BRIEF: Take the entries below and print, exactly, the stretch from the line containing "listing site, 92.1sqm',#8,$,$,.ELEMENT.,$,$,0.,$,$);" through the line containing "#19=IFCINDEXEDPOLYGONALFACE((2,10,12,4));", both included.

Collection entries
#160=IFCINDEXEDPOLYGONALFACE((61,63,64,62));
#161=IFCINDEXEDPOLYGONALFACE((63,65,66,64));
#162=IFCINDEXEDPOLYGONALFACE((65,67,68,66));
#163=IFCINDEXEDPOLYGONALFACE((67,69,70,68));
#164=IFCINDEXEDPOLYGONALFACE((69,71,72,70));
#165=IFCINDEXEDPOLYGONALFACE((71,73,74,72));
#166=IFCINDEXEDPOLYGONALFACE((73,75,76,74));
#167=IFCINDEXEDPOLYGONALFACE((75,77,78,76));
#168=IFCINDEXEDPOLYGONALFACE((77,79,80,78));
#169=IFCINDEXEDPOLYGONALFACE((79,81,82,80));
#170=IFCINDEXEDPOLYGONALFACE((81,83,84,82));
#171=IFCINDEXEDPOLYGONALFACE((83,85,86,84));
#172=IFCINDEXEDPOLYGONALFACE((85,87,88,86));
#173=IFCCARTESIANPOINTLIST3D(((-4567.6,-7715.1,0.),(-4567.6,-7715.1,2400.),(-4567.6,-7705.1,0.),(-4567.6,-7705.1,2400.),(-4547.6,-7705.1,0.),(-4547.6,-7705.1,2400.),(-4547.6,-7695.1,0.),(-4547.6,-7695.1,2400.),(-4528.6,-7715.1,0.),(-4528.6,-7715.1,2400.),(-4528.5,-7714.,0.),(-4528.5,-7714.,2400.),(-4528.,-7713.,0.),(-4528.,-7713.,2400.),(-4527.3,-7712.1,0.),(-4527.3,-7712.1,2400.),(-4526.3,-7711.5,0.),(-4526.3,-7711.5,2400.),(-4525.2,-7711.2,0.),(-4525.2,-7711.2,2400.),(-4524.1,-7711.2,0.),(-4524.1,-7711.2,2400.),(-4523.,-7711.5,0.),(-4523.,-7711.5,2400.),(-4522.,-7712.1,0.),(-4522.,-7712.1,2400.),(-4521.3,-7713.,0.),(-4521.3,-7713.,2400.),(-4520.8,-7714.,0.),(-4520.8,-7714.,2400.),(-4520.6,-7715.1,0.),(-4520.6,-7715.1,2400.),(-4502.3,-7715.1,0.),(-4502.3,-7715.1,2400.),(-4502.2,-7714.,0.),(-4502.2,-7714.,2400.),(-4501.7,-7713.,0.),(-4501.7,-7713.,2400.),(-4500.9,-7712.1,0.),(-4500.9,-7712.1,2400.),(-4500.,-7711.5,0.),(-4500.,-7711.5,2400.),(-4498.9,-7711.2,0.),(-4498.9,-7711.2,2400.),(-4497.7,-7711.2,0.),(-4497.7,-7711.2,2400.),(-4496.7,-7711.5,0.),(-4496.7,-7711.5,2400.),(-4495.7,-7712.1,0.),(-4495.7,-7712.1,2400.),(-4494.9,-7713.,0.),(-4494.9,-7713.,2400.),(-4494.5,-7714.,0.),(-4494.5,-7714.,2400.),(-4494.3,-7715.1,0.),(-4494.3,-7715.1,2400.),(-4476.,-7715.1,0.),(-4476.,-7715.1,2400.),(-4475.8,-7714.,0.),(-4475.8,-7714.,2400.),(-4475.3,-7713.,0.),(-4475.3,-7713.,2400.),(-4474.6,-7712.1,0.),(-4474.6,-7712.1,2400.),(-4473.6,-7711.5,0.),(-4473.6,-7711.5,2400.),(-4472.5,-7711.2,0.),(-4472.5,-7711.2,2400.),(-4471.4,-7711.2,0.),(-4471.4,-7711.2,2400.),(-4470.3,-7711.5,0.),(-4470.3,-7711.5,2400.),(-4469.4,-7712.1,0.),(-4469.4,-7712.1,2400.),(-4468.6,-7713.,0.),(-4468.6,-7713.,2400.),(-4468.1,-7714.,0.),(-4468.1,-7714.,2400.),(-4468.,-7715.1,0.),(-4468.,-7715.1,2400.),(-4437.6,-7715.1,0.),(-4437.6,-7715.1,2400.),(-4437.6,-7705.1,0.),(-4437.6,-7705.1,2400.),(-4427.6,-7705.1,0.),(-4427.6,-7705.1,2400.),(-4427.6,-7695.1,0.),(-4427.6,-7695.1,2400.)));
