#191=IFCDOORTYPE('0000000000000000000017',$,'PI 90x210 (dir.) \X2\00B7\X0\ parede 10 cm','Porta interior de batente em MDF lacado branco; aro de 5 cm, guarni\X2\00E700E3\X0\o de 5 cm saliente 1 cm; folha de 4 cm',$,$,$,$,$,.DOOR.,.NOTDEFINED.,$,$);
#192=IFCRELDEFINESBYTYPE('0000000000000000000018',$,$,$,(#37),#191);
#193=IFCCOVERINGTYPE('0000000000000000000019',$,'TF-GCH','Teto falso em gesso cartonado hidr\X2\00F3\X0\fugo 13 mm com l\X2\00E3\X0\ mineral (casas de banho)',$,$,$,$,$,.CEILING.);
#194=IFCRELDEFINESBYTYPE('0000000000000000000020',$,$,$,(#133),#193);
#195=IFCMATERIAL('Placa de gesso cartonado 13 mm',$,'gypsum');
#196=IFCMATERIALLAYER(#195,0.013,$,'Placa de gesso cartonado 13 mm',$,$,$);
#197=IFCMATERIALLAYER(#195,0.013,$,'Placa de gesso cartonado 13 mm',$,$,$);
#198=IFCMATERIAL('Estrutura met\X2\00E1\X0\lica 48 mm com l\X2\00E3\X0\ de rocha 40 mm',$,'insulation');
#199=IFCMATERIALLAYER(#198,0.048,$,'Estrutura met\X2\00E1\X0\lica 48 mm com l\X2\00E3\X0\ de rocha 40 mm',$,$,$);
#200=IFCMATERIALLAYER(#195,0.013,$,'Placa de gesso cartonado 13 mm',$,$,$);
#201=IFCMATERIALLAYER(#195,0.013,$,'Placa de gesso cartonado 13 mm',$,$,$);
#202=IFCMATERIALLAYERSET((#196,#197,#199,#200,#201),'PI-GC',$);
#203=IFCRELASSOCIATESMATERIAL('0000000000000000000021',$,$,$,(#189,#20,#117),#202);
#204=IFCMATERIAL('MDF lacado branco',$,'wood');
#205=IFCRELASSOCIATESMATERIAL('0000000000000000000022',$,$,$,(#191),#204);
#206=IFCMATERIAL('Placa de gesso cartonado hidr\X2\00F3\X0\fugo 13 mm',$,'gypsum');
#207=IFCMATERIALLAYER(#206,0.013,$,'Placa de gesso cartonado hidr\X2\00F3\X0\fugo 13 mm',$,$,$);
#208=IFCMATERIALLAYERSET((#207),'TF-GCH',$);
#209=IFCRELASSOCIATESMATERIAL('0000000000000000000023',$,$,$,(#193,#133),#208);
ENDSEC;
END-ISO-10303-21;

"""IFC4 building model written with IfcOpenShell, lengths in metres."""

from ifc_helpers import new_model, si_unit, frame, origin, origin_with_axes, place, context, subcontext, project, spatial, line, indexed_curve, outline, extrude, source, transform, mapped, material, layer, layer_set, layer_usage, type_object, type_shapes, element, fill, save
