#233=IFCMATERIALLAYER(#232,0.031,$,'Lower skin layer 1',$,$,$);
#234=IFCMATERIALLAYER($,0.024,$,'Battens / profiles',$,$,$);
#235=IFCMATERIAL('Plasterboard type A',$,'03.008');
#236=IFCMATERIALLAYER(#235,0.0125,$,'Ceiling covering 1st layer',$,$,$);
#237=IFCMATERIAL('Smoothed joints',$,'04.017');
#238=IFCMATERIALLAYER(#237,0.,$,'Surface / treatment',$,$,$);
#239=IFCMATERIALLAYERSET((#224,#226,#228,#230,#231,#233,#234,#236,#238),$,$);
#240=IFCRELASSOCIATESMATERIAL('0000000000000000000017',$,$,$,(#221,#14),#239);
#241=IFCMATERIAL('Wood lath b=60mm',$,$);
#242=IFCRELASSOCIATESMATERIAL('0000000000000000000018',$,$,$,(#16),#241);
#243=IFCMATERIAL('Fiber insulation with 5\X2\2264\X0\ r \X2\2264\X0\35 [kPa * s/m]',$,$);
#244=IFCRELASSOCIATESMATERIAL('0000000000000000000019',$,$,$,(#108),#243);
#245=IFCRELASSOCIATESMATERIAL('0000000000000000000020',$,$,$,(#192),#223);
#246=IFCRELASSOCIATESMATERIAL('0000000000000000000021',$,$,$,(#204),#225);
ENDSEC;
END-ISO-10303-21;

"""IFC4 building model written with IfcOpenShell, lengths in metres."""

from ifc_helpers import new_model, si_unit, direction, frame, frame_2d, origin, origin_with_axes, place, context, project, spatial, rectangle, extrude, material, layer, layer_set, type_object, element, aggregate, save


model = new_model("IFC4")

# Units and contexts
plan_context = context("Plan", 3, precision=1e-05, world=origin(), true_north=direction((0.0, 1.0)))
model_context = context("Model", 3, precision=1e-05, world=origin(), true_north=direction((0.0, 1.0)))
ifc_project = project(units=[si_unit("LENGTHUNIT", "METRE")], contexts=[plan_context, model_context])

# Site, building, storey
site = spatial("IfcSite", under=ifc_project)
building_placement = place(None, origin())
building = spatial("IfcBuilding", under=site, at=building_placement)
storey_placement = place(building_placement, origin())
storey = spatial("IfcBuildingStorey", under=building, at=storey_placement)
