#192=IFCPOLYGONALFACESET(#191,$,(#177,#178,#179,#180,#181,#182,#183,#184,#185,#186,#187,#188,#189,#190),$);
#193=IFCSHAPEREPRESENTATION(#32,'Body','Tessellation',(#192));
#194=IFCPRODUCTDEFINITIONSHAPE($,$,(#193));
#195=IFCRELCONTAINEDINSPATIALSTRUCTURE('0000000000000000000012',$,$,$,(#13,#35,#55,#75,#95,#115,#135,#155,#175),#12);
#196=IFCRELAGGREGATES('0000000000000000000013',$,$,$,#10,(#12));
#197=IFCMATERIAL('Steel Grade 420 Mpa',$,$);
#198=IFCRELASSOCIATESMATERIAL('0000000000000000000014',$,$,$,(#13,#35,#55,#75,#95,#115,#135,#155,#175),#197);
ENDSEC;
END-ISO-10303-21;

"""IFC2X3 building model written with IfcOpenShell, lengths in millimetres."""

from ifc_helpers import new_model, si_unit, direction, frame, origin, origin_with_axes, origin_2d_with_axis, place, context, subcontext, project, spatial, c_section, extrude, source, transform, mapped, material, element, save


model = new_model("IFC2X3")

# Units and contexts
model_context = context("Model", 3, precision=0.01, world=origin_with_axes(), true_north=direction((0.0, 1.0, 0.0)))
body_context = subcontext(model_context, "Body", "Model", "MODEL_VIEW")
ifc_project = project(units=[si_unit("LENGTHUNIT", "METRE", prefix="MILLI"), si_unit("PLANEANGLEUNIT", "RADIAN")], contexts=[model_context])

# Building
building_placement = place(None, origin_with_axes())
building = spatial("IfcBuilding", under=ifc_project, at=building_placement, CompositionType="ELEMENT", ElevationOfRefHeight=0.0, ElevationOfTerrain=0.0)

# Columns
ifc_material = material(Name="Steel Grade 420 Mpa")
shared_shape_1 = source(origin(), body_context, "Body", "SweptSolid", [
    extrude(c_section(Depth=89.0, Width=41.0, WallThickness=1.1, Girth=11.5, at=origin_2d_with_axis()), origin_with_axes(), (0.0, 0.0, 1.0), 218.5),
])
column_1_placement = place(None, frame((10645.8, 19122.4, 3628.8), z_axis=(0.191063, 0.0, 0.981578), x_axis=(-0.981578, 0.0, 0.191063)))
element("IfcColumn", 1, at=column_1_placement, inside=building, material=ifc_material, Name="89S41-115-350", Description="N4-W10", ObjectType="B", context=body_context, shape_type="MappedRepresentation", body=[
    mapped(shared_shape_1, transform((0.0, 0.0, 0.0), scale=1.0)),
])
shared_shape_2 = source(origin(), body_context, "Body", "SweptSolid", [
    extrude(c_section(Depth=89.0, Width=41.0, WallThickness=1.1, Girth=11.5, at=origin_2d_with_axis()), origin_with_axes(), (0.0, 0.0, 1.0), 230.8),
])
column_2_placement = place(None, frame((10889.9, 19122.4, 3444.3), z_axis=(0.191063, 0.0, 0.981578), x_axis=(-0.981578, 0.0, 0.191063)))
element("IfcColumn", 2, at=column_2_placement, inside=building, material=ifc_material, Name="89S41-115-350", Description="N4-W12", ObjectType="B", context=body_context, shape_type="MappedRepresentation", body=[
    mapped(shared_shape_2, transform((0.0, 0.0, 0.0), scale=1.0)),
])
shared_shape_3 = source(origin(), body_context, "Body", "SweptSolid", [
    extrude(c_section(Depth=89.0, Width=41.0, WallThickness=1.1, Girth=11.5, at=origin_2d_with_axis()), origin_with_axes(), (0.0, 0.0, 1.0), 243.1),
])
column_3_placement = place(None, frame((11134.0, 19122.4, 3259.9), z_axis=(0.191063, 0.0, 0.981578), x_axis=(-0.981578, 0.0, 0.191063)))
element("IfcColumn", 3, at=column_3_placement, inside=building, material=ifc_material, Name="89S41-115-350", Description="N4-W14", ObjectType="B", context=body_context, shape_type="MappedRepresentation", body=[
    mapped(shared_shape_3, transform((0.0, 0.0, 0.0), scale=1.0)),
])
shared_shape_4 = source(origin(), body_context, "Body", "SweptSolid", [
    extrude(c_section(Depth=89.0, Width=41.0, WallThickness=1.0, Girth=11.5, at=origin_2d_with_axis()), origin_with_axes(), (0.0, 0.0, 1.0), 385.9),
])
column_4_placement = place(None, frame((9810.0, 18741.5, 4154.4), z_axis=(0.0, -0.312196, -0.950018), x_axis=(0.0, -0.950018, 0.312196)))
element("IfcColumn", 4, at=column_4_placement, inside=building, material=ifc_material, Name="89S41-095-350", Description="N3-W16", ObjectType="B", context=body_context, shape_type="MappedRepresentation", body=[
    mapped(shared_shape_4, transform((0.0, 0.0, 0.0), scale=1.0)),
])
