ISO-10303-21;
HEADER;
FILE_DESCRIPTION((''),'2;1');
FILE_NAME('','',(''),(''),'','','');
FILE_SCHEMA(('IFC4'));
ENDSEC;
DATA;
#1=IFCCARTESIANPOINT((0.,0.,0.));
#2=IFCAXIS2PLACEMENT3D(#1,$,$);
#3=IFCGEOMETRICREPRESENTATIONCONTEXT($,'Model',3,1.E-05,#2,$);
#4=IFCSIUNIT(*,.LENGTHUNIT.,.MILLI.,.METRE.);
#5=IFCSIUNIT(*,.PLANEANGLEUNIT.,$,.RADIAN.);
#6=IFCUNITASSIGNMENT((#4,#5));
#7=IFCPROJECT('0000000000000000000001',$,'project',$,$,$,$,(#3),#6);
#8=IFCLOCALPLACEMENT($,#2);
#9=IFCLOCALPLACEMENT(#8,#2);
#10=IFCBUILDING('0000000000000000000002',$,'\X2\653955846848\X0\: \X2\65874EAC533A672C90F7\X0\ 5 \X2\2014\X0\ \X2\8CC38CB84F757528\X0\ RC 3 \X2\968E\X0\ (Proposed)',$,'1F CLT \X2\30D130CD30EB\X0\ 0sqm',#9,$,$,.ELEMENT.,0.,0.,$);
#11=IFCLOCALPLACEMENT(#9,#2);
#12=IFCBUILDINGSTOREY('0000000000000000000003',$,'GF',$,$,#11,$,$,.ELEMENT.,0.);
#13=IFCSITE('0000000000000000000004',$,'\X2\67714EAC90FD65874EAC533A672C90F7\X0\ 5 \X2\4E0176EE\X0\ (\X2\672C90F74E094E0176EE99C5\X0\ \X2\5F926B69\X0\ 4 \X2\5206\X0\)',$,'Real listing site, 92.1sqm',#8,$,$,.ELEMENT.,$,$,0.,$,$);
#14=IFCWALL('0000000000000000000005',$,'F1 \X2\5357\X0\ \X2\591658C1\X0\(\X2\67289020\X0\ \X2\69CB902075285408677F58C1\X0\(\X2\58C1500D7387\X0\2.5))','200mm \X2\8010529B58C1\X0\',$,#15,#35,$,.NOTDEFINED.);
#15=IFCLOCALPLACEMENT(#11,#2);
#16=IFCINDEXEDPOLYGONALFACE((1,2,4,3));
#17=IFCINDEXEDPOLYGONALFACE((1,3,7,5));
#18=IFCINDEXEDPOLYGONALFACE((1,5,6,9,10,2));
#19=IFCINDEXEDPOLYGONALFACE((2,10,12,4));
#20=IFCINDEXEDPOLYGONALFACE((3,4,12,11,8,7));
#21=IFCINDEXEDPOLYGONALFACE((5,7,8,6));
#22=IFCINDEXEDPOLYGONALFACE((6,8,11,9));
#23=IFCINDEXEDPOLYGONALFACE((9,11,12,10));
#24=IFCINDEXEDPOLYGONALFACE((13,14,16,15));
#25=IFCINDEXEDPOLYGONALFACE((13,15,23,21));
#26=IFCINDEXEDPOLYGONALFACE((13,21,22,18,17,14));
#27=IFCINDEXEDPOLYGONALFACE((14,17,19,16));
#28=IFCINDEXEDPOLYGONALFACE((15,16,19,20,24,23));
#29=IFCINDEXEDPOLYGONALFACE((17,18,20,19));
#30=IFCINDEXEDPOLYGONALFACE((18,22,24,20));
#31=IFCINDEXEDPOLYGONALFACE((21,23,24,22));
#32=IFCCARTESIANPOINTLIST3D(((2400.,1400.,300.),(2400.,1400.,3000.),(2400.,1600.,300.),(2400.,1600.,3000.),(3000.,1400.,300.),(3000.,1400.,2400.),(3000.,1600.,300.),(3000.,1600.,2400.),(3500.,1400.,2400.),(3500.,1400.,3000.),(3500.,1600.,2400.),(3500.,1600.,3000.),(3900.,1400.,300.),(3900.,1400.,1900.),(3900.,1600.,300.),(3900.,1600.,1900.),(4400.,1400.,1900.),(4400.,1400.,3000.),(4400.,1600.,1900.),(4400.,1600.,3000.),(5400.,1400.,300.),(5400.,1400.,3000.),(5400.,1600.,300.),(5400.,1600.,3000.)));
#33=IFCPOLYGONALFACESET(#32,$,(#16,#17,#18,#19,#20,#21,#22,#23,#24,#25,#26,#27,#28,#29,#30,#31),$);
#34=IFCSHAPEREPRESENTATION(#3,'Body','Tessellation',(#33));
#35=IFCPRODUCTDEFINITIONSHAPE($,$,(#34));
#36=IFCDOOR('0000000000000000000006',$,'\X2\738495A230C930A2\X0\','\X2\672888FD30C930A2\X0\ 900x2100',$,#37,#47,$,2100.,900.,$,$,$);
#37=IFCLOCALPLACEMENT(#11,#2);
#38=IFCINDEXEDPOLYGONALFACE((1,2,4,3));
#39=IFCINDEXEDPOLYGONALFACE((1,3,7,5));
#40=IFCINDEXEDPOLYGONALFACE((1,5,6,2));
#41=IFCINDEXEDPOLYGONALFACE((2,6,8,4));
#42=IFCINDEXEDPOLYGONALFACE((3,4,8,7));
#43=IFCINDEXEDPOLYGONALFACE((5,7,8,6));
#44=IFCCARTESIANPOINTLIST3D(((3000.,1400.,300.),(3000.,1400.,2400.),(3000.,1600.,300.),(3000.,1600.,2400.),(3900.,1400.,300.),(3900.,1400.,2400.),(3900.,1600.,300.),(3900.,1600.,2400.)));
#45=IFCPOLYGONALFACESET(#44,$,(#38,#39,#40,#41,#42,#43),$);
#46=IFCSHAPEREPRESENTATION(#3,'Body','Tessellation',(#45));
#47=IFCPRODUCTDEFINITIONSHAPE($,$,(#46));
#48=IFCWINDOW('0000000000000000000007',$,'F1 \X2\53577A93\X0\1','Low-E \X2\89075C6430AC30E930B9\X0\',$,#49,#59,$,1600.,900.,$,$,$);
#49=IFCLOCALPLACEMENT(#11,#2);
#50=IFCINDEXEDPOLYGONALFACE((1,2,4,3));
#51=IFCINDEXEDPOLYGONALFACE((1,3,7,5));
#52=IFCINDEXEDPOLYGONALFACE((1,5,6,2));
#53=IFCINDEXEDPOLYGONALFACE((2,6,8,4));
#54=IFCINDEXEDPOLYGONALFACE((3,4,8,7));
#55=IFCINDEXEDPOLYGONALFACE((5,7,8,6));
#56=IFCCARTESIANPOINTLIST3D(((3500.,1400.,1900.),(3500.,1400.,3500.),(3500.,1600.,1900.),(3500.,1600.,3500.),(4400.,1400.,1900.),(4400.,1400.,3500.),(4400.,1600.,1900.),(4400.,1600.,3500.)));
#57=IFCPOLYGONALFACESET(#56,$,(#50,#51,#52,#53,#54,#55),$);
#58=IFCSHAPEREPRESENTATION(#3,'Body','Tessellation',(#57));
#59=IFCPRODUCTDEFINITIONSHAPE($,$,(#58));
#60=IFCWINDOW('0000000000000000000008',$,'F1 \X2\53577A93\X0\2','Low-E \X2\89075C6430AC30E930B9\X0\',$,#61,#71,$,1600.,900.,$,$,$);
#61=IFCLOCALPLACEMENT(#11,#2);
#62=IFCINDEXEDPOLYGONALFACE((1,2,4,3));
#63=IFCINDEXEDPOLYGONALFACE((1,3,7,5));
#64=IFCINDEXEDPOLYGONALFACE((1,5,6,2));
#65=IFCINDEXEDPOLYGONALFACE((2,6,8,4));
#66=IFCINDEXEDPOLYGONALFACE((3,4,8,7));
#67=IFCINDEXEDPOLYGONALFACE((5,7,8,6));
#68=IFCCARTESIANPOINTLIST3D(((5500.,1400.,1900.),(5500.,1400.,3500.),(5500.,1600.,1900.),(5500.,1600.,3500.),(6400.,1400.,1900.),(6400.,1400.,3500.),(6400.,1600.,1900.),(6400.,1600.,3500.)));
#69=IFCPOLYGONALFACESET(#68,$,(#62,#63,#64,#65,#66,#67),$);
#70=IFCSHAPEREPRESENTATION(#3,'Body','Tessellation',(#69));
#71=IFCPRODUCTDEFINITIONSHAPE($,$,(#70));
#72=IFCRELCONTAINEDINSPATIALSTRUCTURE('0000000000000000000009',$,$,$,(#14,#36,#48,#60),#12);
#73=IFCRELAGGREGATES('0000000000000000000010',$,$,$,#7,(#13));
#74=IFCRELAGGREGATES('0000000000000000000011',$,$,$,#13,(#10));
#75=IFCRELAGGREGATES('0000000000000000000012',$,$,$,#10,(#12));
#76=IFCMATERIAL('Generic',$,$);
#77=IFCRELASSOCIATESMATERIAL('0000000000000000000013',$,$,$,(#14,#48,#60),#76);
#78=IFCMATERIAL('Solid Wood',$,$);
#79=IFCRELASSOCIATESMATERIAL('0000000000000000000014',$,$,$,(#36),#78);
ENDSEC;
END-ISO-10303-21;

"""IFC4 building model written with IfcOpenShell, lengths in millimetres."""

from ifc_helpers import new_model, si_unit, frame, frame_2d, origin, place, context, project, spatial, rectangle, extrude, material, element, fill, save


model = new_model("IFC4")

# Units and contexts
model_context = context("Model", 3, precision=1e-05, world=origin())
ifc_project = project(units=[si_unit("LENGTHUNIT", "METRE", prefix="MILLI"), si_unit("PLANEANGLEUNIT", "RADIAN")], contexts=[model_context])

# Site, building, storey
site_placement = place(None, origin())
site = spatial("IfcSite", under=ifc_project, at=site_placement, Name="東京都文京区本郷 5 丁目 (本郷三丁目駅 徒歩 4 分)", ObjectType="Real listing site, 92.1sqm", CompositionType="ELEMENT", RefElevation=0.0)
building_placement = place(site_placement, origin())
building = spatial("IfcBuilding", under=site, at=building_placement, Name="改善案: 文京区本郷 5 — 賃貸併用 RC 3 階 (Proposed)", ObjectType="1F CLT パネル 0sqm", CompositionType="ELEMENT", ElevationOfRefHeight=0.0, ElevationOfTerrain=0.0)
storey_placement = place(building_placement, origin())
storey = spatial("IfcBuildingStorey", under=building, at=storey_placement, Name="GF", CompositionType="ELEMENT", Elevation=0.0)

# Shared definitions
ifc_material_1 = material(Name="Generic")

# Wall, openings, door, windows
wall_1_placement = place(storey_placement, frame((1200.0, 700.0, 150.0)))
wall_1 = element("IfcWall", 1, at=wall_1_placement, inside=storey, material=ifc_material_1, Name="F1 南 外壁(木造 構造用合板壁(壁倍率2.5))", Description="200mm 耐力壁", PredefinedType="NOTDEFINED", context=model_context, shape_type="SweptSolid", body=[
    extrude(rectangle(XDim=3000.0, YDim=200.0, at=frame_2d((1500.0, 100.0))), frame((1200.0, 700.0, 150.0)), (0.0, 0.0, 1.0), 2700.0),
])
opening_1_placement = place(storey_placement, frame((1500.0, 700.0, 150.0)))
opening_1 = element("IfcOpeningElement", 2, at=opening_1_placement, cuts=wall_1, PredefinedType="NOTDEFINED", context=model_context, shape_type="SweptSolid", body=[
    extrude(rectangle(XDim=900.0, YDim=200.0, at=frame_2d((450.0, 100.0))), frame((1500.0, 700.0, 150.0)), (0.0, 0.0, 1.0), 2100.0),
])
opening_2_placement = place(storey_placement, frame((1750.0, 700.0, 950.0)))
opening_2 = element("IfcOpeningElement", 3, at=opening_2_placement, cuts=wall_1, PredefinedType="NOTDEFINED", context=model_context, shape_type="SweptSolid", body=[
    extrude(rectangle(XDim=900.0, YDim=200.0, at=frame_2d((450.0, 100.0))), frame((1750.0, 700.0, 950.0)), (0.0, 0.0, 1.0), 1600.0),
])
opening_3_placement = place(storey_placement, frame((2750.0, 700.0, 950.0)))
opening_3 = element("IfcOpeningElement", 4, at=opening_3_placement, cuts=wall_1, PredefinedType="NOTDEFINED", context=model_context, shape_type="SweptSolid", body=[
    extrude(rectangle(XDim=900.0, YDim=200.0, at=frame_2d((450.0, 100.0))), frame((2750.0, 700.0, 950.0)), (0.0, 0.0, 1.0), 1600.0),
])
ifc_material_2 = material(Name="Solid Wood")
door_placement = place(storey_placement, frame((1500.0, 700.0, 150.0)))
door = element("IfcDoor", 5, at=door_placement, inside=storey, material=ifc_material_2, Name="玄関ドア", Description="木製ドア 900x2100", OverallHeight=2100.0, OverallWidth=900.0, context=model_context, shape_type="SweptSolid", body=[
    extrude(rectangle(XDim=900.0, YDim=200.0, at=frame_2d((450.0, 100.0))), frame((1500.0, 700.0, 150.0)), (0.0, 0.0, 1.0), 2100.0),
])
fill(opening_1, door)
window_1_placement = place(storey_placement, frame((1750.0, 700.0, 950.0)))
window_1 = element("IfcWindow", 6, at=window_1_placement, inside=storey, material=ifc_material_1, Name="F1 南窓1", Description="Low-E 複層ガラス", OverallHeight=1600.0, OverallWidth=900.0, context=model_context, shape_type="SweptSolid", body=[
    extrude(rectangle(XDim=900.0, YDim=200.0, at=frame_2d((450.0, 100.0))), frame((1750.0, 700.0, 950.0)), (0.0, 0.0, 1.0), 1600.0),
])
fill(opening_2, window_1)
window_2_placement = place(storey_placement, frame((2750.0, 700.0, 950.0)))
window_2 = element("IfcWindow", 7, at=window_2_placement, inside=storey, material=ifc_material_1, Name="F1 南窓2", Description="Low-E 複層ガラス", OverallHeight=1600.0, OverallWidth=900.0, context=model_context, shape_type="SweptSolid", body=[
    extrude(rectangle(XDim=900.0, YDim=200.0, at=frame_2d((450.0, 100.0))), frame((2750.0, 700.0, 950.0)), (0.0, 0.0, 1.0), 1600.0),
])
fill(opening_3, window_2)

save(model, "model.ifc")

OUTPUT FOR THIS TASK:
#13=IFCSITE('0000000000000000000004',$,'\X2\67714EAC90FD65874EAC533A672C90F7\X0\ 5 \X2\4E0176EE\X0\ (\X2\672C90F74E094E0176EE99C5\X0\ \X2\5F926B69\X0\ 4 \X2\5206\X0\)',$,'Real listing site, 92.1sqm',#8,$,$,.ELEMENT.,$,$,0.,$,$);
#14=IFCWALL('0000000000000000000005',$,'F1 \X2\5357\X0\ \X2\591658C1\X0\(\X2\67289020\X0\ \X2\69CB902075285408677F58C1\X0\(\X2\58C1500D7387\X0\2.5))','200mm \X2\8010529B58C1\X0\',$,#15,#35,$,.NOTDEFINED.);
#15=IFCLOCALPLACEMENT(#11,#2);
#16=IFCINDEXEDPOLYGONALFACE((1,2,4,3));
#17=IFCINDEXEDPOLYGONALFACE((1,3,7,5));
#18=IFCINDEXEDPOLYGONALFACE((1,5,6,9,10,2));
#19=IFCINDEXEDPOLYGONALFACE((2,10,12,4));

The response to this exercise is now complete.